/regTetraPacking

An optimization scheme for packing regular tetrahedra.

Primary LanguageJava

Regular tetrahedron packing

An optimization scheme for packing regular tetrahedra. Implements the divide projection of the divide and concur algorithm discussed in detail here: Y. Kallus, V. Elser, and S. Gravel, "Method for dense packing discovery", Physical Review E, vol. 82, no. 5, Nov. 2010.

Dependencies

1. org.apache.commons:commons-math3:3.6.1 (can be downloaded from Maven repository) 2. etomica.jar (can be downloaded from https://github.com/etomica/etomica) 3. JUnit4 (can be downloaded from Maven repository)

Usage

java -cp :: src.PackRegularTerahedra

Here <...> denotes user input.
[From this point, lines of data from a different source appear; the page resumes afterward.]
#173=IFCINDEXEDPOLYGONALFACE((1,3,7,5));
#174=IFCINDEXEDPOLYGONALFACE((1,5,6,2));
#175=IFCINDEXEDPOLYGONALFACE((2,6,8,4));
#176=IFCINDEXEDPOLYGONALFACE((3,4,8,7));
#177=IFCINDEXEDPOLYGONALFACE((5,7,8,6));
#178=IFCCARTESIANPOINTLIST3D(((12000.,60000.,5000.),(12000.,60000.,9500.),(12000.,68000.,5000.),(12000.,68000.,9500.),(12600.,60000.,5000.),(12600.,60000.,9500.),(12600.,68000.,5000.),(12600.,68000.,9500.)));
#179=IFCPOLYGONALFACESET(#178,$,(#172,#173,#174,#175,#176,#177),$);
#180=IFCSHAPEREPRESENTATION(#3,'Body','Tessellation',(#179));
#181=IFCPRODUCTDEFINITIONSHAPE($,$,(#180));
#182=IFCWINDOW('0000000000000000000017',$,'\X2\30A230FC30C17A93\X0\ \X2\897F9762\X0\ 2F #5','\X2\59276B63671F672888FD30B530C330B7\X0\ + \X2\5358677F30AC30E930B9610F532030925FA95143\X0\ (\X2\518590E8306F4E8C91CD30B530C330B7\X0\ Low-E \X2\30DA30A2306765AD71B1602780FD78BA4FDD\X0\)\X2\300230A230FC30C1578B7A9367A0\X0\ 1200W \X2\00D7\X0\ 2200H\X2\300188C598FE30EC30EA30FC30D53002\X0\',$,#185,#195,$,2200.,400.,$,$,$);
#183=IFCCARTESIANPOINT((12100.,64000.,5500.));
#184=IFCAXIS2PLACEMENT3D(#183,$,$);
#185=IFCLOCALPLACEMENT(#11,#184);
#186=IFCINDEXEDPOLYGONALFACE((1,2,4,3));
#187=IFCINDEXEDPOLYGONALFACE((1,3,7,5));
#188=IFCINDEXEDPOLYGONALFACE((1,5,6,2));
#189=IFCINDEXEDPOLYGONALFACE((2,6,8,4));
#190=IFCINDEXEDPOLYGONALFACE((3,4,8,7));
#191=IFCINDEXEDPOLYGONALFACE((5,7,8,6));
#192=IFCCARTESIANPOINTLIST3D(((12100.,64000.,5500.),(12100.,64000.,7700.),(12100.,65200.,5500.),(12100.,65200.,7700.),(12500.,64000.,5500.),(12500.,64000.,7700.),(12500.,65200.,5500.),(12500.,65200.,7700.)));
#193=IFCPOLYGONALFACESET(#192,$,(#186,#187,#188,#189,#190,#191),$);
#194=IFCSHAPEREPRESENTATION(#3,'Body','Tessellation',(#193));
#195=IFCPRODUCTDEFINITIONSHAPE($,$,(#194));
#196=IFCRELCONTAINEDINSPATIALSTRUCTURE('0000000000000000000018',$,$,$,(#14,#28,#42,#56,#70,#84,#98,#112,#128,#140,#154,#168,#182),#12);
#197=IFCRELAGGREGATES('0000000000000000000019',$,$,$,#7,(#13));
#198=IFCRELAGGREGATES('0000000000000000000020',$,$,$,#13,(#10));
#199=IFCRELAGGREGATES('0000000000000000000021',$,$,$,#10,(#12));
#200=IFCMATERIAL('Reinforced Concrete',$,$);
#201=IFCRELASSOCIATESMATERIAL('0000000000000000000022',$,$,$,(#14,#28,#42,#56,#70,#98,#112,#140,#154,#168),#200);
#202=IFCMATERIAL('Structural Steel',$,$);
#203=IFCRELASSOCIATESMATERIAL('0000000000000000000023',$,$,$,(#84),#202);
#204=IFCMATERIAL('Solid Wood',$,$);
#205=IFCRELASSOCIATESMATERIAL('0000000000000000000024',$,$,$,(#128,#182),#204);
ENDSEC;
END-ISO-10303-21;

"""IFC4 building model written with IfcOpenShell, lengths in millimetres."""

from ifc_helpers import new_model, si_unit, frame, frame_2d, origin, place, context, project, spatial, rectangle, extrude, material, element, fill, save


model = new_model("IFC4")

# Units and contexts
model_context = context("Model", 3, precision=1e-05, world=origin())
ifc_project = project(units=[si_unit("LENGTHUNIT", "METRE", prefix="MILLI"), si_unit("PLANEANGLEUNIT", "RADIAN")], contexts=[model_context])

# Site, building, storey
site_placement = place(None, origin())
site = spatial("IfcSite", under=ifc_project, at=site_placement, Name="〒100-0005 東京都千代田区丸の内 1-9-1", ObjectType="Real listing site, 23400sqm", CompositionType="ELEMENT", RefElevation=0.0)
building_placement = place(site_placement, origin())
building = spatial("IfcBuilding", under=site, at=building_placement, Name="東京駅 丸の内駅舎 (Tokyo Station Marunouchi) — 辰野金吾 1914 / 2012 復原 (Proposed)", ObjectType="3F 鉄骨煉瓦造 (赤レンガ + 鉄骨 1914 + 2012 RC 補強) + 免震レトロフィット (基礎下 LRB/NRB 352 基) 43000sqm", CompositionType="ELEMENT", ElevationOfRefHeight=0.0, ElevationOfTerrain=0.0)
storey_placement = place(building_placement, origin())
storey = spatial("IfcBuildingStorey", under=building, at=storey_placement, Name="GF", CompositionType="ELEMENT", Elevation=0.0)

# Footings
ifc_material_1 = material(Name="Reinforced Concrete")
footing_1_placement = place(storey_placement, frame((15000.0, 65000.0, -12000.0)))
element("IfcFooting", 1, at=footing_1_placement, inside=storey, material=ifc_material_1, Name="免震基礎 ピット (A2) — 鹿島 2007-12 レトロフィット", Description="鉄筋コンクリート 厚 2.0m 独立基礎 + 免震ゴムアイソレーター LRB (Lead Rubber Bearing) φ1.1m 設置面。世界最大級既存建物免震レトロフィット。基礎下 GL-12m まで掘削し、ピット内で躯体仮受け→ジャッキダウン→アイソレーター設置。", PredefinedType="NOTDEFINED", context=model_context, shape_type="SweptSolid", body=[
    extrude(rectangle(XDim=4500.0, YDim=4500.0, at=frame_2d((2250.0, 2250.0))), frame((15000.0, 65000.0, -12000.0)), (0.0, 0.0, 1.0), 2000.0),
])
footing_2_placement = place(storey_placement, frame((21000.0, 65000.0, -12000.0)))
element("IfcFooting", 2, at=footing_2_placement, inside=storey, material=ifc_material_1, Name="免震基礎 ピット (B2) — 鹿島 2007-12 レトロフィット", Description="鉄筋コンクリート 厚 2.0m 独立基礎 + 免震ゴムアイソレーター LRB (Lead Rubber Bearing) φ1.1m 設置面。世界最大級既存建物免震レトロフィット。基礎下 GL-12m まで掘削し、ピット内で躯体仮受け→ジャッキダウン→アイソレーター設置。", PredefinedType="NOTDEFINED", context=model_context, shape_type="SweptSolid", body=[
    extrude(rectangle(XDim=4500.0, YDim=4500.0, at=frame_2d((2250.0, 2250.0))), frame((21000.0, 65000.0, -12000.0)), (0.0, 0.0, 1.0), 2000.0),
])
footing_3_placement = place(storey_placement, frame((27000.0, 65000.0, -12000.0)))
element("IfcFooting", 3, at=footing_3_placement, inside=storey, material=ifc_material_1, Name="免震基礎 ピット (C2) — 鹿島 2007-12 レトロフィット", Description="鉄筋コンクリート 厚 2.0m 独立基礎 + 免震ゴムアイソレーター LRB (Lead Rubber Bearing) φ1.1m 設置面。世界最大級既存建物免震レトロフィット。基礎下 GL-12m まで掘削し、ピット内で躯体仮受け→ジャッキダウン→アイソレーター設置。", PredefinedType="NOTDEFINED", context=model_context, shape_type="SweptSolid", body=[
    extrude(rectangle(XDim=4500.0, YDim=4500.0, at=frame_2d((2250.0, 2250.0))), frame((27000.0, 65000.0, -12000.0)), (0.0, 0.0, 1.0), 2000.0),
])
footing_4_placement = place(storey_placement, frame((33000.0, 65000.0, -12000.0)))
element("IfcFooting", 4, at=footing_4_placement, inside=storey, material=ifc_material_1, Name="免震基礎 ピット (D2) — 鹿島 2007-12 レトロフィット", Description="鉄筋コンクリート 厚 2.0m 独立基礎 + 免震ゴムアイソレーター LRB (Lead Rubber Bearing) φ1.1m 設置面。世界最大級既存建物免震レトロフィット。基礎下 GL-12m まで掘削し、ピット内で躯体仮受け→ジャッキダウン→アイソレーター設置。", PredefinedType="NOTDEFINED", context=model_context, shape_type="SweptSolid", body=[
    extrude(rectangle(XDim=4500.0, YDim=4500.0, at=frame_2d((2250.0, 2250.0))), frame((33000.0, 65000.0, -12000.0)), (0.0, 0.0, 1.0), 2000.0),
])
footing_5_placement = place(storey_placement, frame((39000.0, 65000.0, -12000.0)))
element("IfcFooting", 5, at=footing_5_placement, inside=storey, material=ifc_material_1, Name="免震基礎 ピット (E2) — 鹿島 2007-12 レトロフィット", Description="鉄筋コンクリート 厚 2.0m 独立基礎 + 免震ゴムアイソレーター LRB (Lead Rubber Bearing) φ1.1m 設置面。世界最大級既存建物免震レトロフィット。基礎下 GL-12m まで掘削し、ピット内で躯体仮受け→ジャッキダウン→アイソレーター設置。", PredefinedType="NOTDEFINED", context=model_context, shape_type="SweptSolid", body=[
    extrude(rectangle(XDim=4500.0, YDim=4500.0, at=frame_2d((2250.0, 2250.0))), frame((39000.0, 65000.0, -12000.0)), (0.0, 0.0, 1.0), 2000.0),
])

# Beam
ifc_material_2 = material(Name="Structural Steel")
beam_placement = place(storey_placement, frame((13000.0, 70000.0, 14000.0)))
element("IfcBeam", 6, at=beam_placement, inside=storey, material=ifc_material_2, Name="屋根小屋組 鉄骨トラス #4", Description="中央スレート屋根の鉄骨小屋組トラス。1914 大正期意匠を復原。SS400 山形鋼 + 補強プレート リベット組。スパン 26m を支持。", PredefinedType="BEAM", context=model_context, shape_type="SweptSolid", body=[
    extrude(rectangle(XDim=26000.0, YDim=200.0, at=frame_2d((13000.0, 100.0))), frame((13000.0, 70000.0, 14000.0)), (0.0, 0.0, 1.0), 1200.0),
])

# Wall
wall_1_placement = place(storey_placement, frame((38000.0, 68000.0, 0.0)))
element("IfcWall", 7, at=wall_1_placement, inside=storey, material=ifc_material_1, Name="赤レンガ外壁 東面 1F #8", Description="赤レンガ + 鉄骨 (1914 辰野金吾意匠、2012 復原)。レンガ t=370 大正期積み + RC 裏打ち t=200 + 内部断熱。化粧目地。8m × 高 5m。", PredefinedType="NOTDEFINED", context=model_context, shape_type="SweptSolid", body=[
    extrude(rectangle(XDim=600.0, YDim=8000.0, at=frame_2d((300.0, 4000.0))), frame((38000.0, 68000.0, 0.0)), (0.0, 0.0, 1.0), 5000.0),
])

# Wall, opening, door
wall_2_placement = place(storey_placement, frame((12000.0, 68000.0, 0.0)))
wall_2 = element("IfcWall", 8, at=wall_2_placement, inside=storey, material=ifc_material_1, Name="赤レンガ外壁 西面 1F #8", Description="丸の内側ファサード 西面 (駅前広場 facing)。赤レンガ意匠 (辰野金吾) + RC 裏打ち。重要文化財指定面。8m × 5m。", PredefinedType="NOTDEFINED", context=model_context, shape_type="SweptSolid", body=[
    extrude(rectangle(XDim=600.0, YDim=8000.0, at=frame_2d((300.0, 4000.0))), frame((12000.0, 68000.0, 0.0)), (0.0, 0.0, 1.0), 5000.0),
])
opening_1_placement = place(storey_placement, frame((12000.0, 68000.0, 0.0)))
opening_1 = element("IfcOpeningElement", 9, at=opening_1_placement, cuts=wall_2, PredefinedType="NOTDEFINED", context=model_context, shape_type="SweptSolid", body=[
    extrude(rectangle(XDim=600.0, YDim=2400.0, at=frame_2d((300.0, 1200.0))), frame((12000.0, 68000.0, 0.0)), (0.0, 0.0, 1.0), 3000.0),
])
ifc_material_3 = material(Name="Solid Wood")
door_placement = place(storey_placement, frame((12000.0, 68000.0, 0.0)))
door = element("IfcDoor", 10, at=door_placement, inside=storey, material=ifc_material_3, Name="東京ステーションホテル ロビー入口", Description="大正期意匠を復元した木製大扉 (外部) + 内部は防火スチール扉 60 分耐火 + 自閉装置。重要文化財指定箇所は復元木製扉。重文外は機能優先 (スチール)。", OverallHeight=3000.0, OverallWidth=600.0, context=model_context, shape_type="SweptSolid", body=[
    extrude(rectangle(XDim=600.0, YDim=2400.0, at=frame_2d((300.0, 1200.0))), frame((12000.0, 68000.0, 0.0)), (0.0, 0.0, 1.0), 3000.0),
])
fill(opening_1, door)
For instance, the user must replace <path_to_commons-math3-3.6.1.jar> with the path to commons-math3-3.6.1.jar in her/his local machine. <int_value> denotes any input in the integer format.

Divide and Concur

My implementation of the packing algorithm is based on the divide and concur algorithm reported by Kallus et al. [1]. The main idea behind the divide and concur algorithm is to solve overlaps pair-wise and combine them efficiently to obtain a packing in which no two shapes overlap. The divide projection is a two-step process involving overlap detection and resolution.

Overlap detection

In a d-dimensional space, let the set of vertices of the two tetrahedra be X1 and X2 respectively. Let S denote all the subsets of X1 U X2 (here U denotes the union operation) of size d that contain at least one vertex from each tetrahedra. For every set in S, we find the least-squares plane (i.e., a plane that minimizes the sum of squared distances from a set of points to it) and check to see if separates the sets X1\S and X2\S. Here, X1\S and X2\S are the sets that are formed by removing the vertices present in S from X1 and X2 respectively. If there exists such a separating plane, then the two tetrahedra don’t overlap.

Overlap resolution

If no such separating plane exists, then we can find one. Let S denote all the subsets of X1 U X2 (here U denotes the union operation) of size greater than d that contain at least one vertex from each tetrahedra. For every set in S, we find the least-squares plane (i.e., a plane that minimizes the sum of squared distances from a set of points to it) and check to see if separates the sets X1\S and X2\S. Here, X1\S and X2\S are the sets that are formed by removing the vertices present in S from X1 and X2 respectively. If there exists such a separating plane, then the minimum displacement is set to the sum of squared distances of the set S to the plane. Otherwise, we simply ignore this set S. The overall minimum displacement required to resolve the overlap is obtained by computing the minimum of all such ‘sum of squared distances’.

In the original algorithm, the overlap resolution step usually results in non-congruent tetrahedra. To maintain congruency, we simply translate the entire tetrahedra by a displacement which is equal to the sum of displacements for each of its vertices in the set S that results in the best least-squares plane.

Summary of approach

  1. Obtain input 'N' denoting the number of regular tetrahedra to pack, from the user.
  2. Initialize the possible length of edges to an array containing few values: [0.01, 0.2, 0.1, 1, 2, 4, 8, 16, 100].
  3. Loop through the array of edge lengths and let the current edge length be l. Do the following:
    • Randomize the positions of N regular tetrahedra of length l in 3D space.
    • Repeated pair-wise overlap detection and resolution based on computing the divide projections for both tetrahedra. See {@linkplain OverlapDetectionAndResolution}.
    • If the number of overlaps from the previous step is greater than or equal to the number of overlaps in the current step, perform a random rotation or translation of one of the tetrahedra. This is useful to get out of problematic configurations and improves convergence rate.
    • After convergence, loop through all position vectors to find the range (i.e., max - min) of x-, y-, z- coordinates among all tetrahedra vertices. This gives us the basis vectors and the volume of the cell.
    • Evaluate the density and store the position vectors of all tetrahedra as well as the basis vectors.
  4. Choose the l that results in the highest packing density as the result.

References

[1] Y. Kallus, V. Elser, and S. Gravel, "Method for dense packing discovery", Physical Review E, vol. 82, no. 5, Nov. 2010.